ABOUT THIS EXERCISE:
Establish how many lines in the entries hold the string "SweptSolid". The number by itself is the whole answer.

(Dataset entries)
▼▼▼

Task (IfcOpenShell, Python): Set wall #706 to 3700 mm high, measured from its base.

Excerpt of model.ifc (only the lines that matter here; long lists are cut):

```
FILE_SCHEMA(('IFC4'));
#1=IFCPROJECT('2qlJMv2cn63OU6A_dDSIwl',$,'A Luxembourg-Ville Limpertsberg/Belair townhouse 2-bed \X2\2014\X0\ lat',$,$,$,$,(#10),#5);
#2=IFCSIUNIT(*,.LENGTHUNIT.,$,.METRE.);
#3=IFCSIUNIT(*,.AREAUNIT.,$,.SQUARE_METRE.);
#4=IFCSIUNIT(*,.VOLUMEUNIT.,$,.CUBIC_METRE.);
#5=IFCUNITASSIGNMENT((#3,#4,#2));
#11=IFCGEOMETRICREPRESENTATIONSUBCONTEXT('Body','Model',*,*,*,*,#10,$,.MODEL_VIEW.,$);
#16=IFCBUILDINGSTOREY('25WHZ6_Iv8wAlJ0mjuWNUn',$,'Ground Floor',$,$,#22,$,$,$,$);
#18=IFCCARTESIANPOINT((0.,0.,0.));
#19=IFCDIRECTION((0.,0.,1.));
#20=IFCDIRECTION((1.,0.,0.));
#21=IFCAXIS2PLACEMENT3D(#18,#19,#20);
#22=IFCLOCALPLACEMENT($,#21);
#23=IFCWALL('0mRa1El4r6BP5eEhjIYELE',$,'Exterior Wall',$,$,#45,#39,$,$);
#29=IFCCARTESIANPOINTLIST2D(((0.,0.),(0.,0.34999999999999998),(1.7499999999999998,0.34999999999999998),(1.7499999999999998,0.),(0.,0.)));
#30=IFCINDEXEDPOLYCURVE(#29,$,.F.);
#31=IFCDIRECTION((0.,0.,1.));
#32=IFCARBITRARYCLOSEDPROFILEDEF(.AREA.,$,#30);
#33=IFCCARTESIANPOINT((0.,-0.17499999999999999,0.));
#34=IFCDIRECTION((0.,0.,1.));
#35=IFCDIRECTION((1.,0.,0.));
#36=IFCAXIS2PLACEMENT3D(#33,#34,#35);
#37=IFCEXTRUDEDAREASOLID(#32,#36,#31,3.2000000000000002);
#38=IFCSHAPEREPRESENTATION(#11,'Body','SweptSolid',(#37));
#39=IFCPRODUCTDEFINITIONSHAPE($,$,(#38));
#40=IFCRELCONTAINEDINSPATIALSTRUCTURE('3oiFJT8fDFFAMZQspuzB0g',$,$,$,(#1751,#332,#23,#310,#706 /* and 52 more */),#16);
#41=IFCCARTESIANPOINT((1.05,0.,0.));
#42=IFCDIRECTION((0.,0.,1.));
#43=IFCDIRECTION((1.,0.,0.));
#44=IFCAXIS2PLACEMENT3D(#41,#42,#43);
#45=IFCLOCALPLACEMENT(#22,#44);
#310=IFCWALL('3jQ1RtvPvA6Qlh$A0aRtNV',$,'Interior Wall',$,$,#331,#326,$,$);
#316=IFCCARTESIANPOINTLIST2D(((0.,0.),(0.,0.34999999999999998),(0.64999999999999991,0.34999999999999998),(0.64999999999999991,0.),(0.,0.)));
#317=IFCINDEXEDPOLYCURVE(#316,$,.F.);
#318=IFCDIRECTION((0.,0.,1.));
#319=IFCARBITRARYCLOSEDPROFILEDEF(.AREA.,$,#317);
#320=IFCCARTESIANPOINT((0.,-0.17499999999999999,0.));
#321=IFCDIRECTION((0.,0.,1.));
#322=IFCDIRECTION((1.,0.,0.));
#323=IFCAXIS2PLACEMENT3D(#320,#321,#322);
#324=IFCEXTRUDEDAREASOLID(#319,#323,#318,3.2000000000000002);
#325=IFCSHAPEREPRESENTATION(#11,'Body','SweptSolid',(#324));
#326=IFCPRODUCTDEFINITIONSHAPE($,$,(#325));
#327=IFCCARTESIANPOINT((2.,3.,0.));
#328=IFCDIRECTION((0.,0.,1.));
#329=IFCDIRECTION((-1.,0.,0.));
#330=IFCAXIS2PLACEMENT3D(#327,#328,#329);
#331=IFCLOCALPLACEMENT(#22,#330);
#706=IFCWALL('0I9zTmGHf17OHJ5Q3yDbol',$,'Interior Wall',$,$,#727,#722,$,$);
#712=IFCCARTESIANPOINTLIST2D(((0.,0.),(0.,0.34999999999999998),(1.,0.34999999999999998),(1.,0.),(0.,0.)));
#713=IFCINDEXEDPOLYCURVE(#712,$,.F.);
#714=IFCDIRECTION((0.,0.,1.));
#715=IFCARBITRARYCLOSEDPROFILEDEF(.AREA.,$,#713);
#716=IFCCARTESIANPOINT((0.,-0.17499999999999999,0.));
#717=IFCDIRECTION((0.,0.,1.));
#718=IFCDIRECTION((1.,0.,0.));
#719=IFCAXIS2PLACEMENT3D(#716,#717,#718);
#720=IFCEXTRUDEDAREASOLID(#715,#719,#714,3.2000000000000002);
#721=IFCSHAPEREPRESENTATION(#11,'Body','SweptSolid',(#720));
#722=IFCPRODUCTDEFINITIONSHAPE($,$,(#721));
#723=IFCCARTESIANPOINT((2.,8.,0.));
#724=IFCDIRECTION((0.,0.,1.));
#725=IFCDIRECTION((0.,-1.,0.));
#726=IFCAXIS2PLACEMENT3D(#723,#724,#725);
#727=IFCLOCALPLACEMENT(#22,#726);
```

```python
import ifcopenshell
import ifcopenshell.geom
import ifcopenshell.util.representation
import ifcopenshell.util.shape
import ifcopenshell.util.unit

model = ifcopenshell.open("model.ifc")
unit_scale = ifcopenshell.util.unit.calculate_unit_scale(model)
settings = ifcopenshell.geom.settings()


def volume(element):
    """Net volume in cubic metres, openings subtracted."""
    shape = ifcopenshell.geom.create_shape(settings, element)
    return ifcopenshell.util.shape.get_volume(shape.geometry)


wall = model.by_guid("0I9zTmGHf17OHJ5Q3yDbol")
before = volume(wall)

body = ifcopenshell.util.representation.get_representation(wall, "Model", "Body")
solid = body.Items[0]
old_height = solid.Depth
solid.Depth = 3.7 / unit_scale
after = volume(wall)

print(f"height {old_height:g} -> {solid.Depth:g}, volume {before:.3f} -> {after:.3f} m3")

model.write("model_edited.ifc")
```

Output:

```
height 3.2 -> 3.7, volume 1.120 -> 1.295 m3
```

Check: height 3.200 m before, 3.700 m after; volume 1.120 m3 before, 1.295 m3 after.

▲▲▲
▼▼▼

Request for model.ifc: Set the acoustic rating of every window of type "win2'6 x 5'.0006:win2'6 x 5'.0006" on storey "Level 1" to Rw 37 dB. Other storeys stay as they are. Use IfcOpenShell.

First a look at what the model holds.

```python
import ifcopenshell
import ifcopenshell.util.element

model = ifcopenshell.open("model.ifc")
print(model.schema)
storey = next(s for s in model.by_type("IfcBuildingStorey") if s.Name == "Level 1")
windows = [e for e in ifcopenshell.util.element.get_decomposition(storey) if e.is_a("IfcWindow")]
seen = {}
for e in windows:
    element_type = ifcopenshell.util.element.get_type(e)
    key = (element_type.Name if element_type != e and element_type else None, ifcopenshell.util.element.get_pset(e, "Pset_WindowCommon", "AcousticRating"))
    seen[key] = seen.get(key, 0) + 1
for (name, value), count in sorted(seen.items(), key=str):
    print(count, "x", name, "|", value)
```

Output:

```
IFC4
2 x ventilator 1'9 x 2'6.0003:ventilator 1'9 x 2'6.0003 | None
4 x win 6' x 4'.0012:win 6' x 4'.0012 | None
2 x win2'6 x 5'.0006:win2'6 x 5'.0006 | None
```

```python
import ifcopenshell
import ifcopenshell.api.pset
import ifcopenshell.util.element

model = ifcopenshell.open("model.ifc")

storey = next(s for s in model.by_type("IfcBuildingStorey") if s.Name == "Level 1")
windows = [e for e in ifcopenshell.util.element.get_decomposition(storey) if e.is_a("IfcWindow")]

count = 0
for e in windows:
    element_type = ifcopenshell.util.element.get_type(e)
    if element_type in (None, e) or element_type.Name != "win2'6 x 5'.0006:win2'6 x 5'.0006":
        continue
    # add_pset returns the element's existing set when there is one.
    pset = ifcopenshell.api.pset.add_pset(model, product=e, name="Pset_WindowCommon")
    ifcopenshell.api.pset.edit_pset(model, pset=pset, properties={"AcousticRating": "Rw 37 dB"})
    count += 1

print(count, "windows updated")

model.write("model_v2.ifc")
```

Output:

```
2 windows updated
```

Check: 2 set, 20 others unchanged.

▲▲▲
▼▼▼

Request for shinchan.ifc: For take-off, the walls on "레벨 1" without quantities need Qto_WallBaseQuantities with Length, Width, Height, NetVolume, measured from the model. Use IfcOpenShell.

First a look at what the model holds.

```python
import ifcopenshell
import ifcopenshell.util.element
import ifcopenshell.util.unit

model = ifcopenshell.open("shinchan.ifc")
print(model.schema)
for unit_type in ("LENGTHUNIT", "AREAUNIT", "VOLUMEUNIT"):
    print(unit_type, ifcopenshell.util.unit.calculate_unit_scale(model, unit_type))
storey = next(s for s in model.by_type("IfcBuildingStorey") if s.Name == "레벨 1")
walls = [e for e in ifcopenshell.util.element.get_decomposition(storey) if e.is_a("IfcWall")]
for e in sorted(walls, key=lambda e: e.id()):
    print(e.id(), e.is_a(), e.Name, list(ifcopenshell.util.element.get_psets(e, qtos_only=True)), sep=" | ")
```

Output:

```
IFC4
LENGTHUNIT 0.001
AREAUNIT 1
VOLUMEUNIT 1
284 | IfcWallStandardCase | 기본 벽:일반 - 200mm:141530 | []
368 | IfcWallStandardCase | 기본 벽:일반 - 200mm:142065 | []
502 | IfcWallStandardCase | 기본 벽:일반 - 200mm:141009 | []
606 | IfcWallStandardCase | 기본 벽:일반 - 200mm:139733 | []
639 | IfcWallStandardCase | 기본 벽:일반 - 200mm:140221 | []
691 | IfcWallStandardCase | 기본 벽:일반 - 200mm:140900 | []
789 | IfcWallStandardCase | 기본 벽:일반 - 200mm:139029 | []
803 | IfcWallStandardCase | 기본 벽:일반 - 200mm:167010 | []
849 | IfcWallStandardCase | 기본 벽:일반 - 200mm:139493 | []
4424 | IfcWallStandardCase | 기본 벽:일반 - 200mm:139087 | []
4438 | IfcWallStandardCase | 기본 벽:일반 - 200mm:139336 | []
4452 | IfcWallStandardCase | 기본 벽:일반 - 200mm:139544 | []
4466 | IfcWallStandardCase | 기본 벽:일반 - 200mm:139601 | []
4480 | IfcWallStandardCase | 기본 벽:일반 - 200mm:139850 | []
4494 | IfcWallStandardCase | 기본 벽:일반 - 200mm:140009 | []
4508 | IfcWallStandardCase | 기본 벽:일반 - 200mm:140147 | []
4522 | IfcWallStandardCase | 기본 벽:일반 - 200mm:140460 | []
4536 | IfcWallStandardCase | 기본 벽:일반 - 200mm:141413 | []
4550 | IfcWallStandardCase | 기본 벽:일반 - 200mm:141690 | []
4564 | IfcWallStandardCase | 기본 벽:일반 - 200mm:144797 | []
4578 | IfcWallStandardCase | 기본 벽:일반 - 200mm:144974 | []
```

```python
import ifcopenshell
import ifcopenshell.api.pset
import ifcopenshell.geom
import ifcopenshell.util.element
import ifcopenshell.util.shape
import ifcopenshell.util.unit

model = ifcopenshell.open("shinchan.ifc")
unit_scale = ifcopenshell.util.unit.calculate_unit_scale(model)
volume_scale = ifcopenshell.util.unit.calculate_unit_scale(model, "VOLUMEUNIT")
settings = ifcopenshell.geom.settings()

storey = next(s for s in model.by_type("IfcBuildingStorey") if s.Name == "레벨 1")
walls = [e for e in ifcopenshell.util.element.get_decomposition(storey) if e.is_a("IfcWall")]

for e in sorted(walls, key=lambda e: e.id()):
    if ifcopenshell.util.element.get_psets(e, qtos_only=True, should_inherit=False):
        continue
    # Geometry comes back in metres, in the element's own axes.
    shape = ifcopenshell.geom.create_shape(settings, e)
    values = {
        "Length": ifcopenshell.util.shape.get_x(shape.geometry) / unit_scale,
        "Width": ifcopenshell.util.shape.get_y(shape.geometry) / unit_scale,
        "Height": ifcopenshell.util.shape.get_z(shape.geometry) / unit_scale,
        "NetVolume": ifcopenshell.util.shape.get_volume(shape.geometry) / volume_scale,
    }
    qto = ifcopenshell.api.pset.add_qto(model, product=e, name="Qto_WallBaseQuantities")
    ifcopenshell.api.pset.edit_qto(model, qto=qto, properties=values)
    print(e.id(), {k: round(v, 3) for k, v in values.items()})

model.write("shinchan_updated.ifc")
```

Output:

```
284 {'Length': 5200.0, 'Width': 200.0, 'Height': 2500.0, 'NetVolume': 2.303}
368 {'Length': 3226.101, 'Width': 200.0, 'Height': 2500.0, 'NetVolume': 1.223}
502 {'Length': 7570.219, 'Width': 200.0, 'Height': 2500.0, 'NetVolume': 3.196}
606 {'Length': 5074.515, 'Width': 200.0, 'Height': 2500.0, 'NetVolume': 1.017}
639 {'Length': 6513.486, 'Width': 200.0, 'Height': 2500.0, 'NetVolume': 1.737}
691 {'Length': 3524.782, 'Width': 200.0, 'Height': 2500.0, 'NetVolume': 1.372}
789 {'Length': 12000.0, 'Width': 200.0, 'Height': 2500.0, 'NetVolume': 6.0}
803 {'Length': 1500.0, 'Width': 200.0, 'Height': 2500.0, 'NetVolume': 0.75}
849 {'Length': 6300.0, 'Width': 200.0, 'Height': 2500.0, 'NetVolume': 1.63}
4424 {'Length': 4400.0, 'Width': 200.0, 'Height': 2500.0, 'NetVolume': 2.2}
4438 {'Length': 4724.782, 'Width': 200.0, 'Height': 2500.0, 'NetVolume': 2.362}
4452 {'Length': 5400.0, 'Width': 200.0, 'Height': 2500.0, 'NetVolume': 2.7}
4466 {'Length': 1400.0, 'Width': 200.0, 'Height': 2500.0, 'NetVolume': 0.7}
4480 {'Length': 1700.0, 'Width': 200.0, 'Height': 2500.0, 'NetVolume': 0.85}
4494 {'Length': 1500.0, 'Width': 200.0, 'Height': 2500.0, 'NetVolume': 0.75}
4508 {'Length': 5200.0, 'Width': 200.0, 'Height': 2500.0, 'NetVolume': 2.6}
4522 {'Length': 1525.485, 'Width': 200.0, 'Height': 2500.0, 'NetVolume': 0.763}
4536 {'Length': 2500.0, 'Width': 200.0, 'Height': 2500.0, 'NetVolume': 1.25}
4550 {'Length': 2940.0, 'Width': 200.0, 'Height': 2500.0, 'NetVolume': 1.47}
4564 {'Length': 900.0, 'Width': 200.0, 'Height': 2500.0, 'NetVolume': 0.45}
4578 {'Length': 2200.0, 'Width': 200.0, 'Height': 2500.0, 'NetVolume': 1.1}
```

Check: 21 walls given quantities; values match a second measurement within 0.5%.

▲▲▲

SOLUTION TO THE EXERCISE:
3